START Data excerpts
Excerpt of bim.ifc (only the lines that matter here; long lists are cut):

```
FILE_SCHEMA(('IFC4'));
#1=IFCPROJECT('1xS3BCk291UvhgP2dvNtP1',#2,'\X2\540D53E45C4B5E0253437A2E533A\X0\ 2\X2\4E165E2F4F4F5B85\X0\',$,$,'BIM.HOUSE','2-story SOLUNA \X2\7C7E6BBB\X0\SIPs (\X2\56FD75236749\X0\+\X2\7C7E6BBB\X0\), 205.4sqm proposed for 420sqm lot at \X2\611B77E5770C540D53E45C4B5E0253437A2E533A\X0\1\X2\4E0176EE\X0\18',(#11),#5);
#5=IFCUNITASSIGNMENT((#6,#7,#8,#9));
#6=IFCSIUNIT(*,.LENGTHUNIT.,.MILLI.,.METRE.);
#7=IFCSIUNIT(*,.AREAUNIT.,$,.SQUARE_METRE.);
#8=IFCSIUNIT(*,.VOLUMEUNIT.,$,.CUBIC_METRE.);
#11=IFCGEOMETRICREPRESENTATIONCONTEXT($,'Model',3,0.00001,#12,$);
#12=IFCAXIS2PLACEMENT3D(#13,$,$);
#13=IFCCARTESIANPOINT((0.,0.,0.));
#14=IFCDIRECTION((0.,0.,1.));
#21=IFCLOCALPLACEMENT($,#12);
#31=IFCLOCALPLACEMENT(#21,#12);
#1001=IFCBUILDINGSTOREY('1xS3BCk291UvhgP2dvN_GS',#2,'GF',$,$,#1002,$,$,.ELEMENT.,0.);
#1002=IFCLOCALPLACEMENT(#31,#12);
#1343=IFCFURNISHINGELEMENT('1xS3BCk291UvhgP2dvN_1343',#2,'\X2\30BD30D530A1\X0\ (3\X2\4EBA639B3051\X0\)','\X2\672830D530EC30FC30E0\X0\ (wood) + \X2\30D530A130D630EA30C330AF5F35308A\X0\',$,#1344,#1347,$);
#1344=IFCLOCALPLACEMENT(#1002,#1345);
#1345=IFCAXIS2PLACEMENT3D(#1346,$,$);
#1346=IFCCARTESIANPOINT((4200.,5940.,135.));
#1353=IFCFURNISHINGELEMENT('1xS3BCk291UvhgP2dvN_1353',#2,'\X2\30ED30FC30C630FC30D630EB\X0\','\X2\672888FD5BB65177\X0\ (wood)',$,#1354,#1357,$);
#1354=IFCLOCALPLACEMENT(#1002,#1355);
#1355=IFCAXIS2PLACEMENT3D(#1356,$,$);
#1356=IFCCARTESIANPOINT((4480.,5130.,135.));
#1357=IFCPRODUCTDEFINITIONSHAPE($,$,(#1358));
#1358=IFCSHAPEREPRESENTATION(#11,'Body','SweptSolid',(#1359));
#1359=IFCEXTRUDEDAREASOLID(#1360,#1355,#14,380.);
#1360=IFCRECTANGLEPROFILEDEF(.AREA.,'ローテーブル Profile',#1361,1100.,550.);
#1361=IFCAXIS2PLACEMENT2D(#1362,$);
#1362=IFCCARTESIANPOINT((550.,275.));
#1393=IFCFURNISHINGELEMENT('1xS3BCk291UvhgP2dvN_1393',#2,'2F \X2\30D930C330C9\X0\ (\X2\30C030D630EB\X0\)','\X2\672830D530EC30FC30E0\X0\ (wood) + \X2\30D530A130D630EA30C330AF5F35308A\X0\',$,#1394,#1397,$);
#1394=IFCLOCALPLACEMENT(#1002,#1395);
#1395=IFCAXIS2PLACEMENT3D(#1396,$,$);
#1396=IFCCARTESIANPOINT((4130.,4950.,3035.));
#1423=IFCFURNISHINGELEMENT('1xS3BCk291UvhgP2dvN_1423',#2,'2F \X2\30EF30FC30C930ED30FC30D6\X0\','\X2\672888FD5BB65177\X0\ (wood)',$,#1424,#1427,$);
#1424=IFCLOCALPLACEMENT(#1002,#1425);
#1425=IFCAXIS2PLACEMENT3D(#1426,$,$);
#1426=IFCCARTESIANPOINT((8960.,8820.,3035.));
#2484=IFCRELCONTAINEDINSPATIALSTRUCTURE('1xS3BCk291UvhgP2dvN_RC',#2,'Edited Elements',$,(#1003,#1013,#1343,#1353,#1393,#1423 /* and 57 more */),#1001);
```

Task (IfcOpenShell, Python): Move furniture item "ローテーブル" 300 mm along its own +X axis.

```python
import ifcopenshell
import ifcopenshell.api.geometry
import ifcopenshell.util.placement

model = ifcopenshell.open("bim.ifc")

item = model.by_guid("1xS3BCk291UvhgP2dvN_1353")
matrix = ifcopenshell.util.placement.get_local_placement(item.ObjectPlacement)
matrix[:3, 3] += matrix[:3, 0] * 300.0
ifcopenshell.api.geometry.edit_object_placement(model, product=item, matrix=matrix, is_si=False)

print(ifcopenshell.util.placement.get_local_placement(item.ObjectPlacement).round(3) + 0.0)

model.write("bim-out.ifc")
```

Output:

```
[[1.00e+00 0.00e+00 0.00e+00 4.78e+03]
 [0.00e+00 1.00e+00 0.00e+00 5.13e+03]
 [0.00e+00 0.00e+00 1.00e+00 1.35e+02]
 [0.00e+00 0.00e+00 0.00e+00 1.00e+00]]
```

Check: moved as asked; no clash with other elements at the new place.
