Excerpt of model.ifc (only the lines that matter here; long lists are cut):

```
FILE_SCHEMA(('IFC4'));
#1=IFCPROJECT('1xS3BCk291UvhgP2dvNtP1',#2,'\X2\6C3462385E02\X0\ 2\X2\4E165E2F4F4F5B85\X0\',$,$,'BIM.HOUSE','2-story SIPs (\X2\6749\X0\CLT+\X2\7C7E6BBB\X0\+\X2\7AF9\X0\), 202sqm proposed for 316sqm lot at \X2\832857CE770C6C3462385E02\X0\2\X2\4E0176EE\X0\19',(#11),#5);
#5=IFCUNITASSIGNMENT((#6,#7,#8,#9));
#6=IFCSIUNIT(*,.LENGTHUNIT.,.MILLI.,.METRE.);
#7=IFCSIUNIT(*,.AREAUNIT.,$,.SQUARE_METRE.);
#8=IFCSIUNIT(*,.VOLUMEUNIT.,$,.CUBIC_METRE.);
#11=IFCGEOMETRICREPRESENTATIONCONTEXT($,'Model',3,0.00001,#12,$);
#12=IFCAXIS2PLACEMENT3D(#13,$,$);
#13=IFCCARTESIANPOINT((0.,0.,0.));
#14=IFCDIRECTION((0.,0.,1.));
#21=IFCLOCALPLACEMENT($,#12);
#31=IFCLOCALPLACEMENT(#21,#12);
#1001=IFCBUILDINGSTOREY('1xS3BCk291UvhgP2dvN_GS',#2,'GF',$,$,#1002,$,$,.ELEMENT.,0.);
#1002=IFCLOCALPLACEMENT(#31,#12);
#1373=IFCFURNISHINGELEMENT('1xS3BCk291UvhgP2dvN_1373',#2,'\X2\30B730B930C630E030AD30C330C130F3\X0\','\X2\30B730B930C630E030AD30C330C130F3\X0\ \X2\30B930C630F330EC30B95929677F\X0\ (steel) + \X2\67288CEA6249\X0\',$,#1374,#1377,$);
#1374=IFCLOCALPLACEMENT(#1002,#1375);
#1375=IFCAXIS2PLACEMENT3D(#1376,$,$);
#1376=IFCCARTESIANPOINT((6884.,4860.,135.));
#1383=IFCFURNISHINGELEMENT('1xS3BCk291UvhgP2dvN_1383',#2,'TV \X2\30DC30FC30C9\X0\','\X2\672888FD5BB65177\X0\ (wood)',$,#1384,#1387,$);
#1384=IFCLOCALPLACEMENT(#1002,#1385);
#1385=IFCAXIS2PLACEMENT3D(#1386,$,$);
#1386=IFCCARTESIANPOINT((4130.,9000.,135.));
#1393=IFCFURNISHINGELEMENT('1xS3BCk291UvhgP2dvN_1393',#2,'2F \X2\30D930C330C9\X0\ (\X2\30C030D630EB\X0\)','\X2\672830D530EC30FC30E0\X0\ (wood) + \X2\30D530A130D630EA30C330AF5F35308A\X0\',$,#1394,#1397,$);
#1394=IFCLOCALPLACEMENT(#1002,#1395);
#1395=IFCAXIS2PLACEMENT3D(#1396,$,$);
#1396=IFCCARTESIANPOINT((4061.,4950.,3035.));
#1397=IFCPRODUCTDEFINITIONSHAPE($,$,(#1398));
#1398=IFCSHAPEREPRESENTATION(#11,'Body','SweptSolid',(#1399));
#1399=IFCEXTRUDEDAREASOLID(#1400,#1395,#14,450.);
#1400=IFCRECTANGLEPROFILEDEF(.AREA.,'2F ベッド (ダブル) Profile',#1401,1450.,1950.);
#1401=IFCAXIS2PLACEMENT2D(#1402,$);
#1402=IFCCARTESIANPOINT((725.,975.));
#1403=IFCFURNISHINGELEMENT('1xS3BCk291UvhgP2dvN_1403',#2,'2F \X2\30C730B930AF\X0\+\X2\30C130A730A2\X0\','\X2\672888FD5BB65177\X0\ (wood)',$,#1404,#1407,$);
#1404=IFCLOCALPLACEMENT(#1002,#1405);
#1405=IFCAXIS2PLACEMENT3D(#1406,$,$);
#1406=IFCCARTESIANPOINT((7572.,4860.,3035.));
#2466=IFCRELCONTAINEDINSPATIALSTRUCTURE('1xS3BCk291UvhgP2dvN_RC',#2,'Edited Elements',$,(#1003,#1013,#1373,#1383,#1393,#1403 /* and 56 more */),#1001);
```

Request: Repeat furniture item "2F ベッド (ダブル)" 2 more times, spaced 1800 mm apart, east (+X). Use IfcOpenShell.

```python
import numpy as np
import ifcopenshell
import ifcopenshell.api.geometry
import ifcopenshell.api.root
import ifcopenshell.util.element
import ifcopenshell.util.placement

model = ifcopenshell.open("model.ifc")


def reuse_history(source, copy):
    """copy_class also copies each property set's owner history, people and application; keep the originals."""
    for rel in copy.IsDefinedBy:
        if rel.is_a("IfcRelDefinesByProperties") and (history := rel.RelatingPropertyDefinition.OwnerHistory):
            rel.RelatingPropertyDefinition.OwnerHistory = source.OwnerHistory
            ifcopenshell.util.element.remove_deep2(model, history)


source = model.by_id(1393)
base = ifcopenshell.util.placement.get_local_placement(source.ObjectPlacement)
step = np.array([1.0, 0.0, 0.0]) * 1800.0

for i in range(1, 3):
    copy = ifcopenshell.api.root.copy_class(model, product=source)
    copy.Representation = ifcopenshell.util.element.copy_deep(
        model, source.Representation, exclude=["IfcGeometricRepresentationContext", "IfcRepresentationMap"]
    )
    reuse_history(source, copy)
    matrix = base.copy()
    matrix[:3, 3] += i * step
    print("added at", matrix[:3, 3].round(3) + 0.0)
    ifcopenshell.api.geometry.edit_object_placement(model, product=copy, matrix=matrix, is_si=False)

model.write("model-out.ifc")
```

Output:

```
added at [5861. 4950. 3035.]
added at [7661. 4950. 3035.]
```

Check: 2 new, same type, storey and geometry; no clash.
END Data excerpts
START Data excerpts
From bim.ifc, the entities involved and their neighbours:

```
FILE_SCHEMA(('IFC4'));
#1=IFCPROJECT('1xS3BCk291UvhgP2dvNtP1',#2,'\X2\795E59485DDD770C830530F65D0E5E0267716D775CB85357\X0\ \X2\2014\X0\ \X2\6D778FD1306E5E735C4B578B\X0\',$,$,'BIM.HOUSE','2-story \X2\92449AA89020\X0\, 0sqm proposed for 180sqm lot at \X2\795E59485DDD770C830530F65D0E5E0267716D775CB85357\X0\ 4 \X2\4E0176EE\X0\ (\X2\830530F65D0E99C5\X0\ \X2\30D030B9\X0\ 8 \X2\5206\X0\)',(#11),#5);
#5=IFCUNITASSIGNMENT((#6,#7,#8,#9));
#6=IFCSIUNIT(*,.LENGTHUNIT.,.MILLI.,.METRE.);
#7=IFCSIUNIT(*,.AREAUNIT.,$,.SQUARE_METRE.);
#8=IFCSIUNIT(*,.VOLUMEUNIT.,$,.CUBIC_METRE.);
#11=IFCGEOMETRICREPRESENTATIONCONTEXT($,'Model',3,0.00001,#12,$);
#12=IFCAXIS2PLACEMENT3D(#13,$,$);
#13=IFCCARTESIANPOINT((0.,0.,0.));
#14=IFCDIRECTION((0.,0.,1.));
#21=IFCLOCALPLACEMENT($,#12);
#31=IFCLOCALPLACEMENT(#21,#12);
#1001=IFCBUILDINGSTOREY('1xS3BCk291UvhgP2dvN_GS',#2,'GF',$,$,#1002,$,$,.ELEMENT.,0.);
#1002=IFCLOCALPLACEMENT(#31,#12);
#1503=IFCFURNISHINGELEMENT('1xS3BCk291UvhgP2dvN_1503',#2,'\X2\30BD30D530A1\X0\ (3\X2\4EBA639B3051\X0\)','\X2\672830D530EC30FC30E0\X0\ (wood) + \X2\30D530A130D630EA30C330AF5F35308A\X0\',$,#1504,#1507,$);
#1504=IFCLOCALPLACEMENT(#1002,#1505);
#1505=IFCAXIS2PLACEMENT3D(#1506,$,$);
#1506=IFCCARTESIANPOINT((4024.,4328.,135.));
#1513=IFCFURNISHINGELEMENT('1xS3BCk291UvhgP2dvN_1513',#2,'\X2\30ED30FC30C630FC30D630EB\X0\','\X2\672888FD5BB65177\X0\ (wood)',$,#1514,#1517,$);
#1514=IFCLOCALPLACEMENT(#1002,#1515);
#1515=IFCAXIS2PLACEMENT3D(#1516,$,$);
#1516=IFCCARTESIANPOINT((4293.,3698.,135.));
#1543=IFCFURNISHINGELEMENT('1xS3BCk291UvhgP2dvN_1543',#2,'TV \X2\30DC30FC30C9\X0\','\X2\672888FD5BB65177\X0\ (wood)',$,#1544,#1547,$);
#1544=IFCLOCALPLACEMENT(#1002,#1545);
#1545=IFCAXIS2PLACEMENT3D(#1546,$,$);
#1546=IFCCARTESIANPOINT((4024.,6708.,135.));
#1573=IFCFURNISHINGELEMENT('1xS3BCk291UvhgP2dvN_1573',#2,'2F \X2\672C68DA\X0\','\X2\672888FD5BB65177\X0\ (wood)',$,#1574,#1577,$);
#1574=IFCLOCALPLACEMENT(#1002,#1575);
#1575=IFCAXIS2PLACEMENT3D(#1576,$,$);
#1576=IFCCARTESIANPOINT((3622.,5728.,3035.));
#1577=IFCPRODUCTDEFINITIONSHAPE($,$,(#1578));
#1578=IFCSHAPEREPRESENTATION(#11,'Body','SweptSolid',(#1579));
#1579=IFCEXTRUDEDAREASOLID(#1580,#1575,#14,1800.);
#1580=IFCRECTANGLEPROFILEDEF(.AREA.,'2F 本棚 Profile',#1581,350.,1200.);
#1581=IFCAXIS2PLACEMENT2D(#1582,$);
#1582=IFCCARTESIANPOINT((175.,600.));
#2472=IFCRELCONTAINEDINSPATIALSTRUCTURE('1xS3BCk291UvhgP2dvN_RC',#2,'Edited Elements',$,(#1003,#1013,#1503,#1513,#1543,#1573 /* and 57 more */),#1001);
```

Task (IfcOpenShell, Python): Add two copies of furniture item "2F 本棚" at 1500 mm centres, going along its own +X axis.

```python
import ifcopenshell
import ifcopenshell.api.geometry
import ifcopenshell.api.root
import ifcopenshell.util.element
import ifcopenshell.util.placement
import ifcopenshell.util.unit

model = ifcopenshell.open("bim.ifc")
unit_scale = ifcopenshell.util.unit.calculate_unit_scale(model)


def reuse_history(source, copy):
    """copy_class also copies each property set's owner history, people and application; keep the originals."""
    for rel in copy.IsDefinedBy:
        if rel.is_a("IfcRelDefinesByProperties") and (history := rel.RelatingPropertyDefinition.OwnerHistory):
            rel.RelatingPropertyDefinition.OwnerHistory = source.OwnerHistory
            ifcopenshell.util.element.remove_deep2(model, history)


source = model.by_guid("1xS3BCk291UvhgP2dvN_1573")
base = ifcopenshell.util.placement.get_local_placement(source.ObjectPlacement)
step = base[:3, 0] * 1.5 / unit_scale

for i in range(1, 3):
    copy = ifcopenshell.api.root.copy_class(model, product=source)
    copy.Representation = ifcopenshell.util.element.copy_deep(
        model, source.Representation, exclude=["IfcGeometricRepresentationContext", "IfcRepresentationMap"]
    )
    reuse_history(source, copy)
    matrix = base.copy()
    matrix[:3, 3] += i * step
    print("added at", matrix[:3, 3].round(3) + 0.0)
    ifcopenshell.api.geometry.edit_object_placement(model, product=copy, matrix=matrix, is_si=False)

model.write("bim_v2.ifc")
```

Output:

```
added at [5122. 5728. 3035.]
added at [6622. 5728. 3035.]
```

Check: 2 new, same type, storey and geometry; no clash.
END Data excerpts
- **Exercise details**: Those lines above that contain the string "Edited" should be returned.

- **Response for this exercise**:
#2484=IFCRELCONTAINEDINSPATIALSTRUCTURE('1xS3BCk291UvhgP2dvN_RC',#2,'Edited Elements',$,(#1003,#1013,#1343,#1353,#1393,#1423 /* and 57 more */),#1001);
#2466=IFCRELCONTAINEDINSPATIALSTRUCTURE('1xS3BCk291UvhgP2dvN_RC',#2,'Edited Elements',$,(#1003,#1013,#1373,#1383,#1393,#1403 /* and 56 more */),#1001);
#2472=IFCRELCONTAINEDINSPATIALSTRUCTURE('1xS3BCk291UvhgP2dvN_RC',#2,'Edited Elements',$,(#1003,#1013,#1503,#1513,#1543,#1573 /* and 57 more */),#1001);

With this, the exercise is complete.